I really need some details here. I sent that good Karma out there and haven't heard the result!!!

I do assume that there will be pictures accompanying the new signature line, when it arrives......


----------



## wolfwood (Sep 19, 2005)

huh?


----------



## egregg57 (Feb 13, 2006)

wolfwood said:


> We did. Finally!! I figured you were pretty much hogging it all .... but, then .... YOU were the one that made the request so I guess that's only fair.
> 
> But .... YES!! The good karma that reached us DID do it's thing. Maybe even faster than that which you used. Thanks for sharing, Outbacker Man!!


 You know me! I am all about sharing! !


----------



## egregg57 (Feb 13, 2006)

Nathan said:


> I really need some details here. I sent that good Karma out there and haven't heard the result!!!
> 
> I do assume that there will be pictures accompanying the new signature line, when it arrives......
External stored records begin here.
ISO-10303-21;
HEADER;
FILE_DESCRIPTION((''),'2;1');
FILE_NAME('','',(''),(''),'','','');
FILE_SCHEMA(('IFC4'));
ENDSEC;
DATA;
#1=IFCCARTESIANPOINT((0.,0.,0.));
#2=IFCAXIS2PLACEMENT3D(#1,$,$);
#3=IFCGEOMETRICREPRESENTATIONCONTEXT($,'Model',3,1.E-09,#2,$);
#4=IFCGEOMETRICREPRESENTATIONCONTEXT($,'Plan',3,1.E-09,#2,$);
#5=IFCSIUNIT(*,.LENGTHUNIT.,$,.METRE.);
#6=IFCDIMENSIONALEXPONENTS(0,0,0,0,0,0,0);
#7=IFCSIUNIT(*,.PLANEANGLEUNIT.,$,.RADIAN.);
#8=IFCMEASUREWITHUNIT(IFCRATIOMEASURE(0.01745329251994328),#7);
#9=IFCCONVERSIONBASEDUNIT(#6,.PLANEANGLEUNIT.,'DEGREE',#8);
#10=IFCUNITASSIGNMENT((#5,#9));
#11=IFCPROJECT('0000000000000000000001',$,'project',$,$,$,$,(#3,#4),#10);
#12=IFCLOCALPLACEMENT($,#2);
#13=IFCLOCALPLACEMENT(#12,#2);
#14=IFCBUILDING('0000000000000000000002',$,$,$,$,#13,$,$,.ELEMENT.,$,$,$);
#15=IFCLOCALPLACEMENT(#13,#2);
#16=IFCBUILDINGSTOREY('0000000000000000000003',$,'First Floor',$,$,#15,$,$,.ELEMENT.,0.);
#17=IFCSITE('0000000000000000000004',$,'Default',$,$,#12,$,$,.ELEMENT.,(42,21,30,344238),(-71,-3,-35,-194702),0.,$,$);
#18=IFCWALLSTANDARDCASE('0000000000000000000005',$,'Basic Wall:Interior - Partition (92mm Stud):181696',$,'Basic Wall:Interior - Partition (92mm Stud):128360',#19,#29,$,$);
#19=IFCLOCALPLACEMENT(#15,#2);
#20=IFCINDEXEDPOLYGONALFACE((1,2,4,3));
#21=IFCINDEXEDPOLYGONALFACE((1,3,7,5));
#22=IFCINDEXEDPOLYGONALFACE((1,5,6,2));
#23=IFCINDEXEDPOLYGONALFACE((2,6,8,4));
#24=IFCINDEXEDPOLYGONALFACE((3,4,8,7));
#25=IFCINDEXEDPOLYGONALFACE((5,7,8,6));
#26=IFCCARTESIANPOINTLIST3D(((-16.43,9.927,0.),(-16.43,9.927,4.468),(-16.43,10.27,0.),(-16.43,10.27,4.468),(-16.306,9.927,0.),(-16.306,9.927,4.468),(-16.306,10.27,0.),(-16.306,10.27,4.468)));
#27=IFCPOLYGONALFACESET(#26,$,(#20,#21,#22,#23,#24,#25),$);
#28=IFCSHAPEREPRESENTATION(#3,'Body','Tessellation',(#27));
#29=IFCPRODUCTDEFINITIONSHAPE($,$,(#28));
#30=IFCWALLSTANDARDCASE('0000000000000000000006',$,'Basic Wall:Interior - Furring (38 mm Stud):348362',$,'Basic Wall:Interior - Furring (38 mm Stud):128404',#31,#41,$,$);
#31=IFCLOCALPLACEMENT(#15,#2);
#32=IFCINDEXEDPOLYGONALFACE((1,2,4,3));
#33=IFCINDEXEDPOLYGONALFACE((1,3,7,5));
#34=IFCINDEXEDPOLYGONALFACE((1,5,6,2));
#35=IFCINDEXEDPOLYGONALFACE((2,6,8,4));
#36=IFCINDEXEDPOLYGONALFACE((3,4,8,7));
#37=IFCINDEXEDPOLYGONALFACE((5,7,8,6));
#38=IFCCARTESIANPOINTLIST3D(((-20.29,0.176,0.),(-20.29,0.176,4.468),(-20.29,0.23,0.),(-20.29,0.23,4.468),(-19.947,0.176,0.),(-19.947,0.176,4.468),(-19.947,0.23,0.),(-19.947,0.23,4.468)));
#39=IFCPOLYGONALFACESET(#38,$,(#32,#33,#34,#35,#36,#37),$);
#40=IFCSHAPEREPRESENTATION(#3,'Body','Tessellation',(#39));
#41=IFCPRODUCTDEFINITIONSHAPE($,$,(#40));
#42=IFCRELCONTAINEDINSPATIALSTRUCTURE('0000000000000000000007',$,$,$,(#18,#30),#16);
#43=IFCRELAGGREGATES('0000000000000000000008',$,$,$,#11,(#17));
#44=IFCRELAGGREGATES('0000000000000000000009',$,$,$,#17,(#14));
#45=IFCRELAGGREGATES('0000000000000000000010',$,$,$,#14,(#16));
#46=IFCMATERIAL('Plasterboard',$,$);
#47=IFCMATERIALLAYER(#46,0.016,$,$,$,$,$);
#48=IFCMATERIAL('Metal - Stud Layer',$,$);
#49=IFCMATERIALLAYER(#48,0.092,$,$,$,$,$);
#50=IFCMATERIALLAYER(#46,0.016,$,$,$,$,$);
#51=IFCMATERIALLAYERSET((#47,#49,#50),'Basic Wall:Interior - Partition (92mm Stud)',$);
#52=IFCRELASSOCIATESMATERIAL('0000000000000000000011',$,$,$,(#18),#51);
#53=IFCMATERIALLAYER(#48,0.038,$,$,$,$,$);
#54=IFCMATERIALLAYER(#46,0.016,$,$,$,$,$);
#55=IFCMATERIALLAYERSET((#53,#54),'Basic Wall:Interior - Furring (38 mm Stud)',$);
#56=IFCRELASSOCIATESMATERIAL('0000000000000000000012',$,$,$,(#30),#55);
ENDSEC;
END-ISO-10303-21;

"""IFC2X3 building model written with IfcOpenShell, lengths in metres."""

from ifc_helpers import new_model, entity, si_unit, converted_unit, frame, frame_2d, origin, place, context, project, spatial, rectangle, extrude, material, layer, layer_set, layer_usage, element, save


model = new_model("IFC2X3")

# Units and contexts
model_context = context("Model", 3, precision=1e-09, world=origin())
plan_context = context("Plan", 3, precision=1e-09, world=origin())
ifc_project = project(units=[si_unit("LENGTHUNIT", "METRE"), converted_unit("PLANEANGLEUNIT", "DEGREE", entity("IfcRatioMeasure", 0.01745329251994328), si_unit("PLANEANGLEUNIT", "RADIAN"), dimensions=[0, 0, 0, 0, 0, 0, 0])], contexts=[model_context, plan_context])

# Site, building, storey
site_placement = place(None, origin())
site = spatial("IfcSite", under=ifc_project, at=site_placement, Name="Default", CompositionType="ELEMENT", RefLatitude=(42, 21, 30, 344238), RefLongitude=(-71, -3, -35, -194702), RefElevation=0.0)
building_placement = place(site_placement, origin())
building = spatial("IfcBuilding", under=site, at=building_placement, CompositionType="ELEMENT")
storey_placement = place(building_placement, origin())
storey = spatial("IfcBuildingStorey", under=building, at=storey_placement, Name="First Floor", CompositionType="ELEMENT", Elevation=0.0)

# Shared definitions
ifc_material_1 = material(Name="Metal - Stud Layer")
ifc_material_2 = material(Name="Plasterboard")

# Shared definitions
ifc_layer_1 = layer(ifc_material_2, 0.016)
ifc_layer_2 = layer(ifc_material_1, 0.092)
ifc_layer_3 = layer(ifc_material_2, 0.016)
ifc_layer_set_1 = layer_set([ifc_layer_1, ifc_layer_2, ifc_layer_3], Name="Basic Wall:Interior - Partition (92mm Stud)")
ifc_layer_usage_1 = layer_usage(ifc_layer_set_1, "AXIS2", "NEGATIVE", 0.062)

# Walls
ifc_layer_4 = layer(ifc_material_1, 0.038)
ifc_layer_5 = layer(ifc_material_2, 0.016)
ifc_layer_set_2 = layer_set([ifc_layer_4, ifc_layer_5], Name="Basic Wall:Interior - Furring (38 mm Stud)")
wall_1_placement = place(storey_placement, frame((-16.368, 9.927, 0.0), z_axis=(0.0, 0.0, 1.0), x_axis=(0.0, 1.0, 0.0)))
element("IfcWallStandardCase", 1, at=wall_1_placement, inside=storey, material=ifc_layer_usage_1, Name="Basic Wall:Interior - Partition (92mm Stud):181696", ObjectType="Basic Wall:Interior - Partition (92mm Stud):128360", context=model_context, shape_type="SweptSolid", body=[
    extrude(rectangle(XDim=0.343, YDim=0.124, at=frame_2d((0.1715, 0.0), x_axis=(-1.0, 0.0))), origin(), (0.0, 0.0, 1.0), 4.468),
])
ifc_layer_usage_2 = layer_usage(ifc_layer_set_2, "AXIS2", "NEGATIVE", 0.027)
wall_2_placement = place(storey_placement, frame((-19.947, 0.203, 0.0), z_axis=(0.0, 0.0, 1.0), x_axis=(-1.0, 0.0, 0.0)))
element("IfcWallStandardCase", 2, at=wall_2_placement, inside=storey, material=ifc_layer_usage_2, Name="Basic Wall:Interior - Furring (38 mm Stud):348362", ObjectType="Basic Wall:Interior - Furring (38 mm Stud):128404", context=model_context, shape_type="SweptSolid", body=[
    extrude(rectangle(XDim=0.343, YDim=0.054, at=frame_2d((0.1715, 0.0), x_axis=(-1.0, 0.0))), origin(), (0.0, 0.0, 1.0), 4.468),
])

save(model, "model.ifc")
 How presumptuous! Pictures? Signatures? What is he talking about Wolfster! ?


----------



## wolfwood (Sep 19, 2005)

Well - - then - - - maybe *WE* should share with these fine folks.

Whatchathink?


----------



## WACOUGAR (Dec 20, 2006)

wolfwood said:


> Well - - then - - - maybe *WE* should share with these fine folks.
> 
> Whatchathink?


----------



## egregg57 (Feb 13, 2006)

Well they said the world was going to end in 2012.....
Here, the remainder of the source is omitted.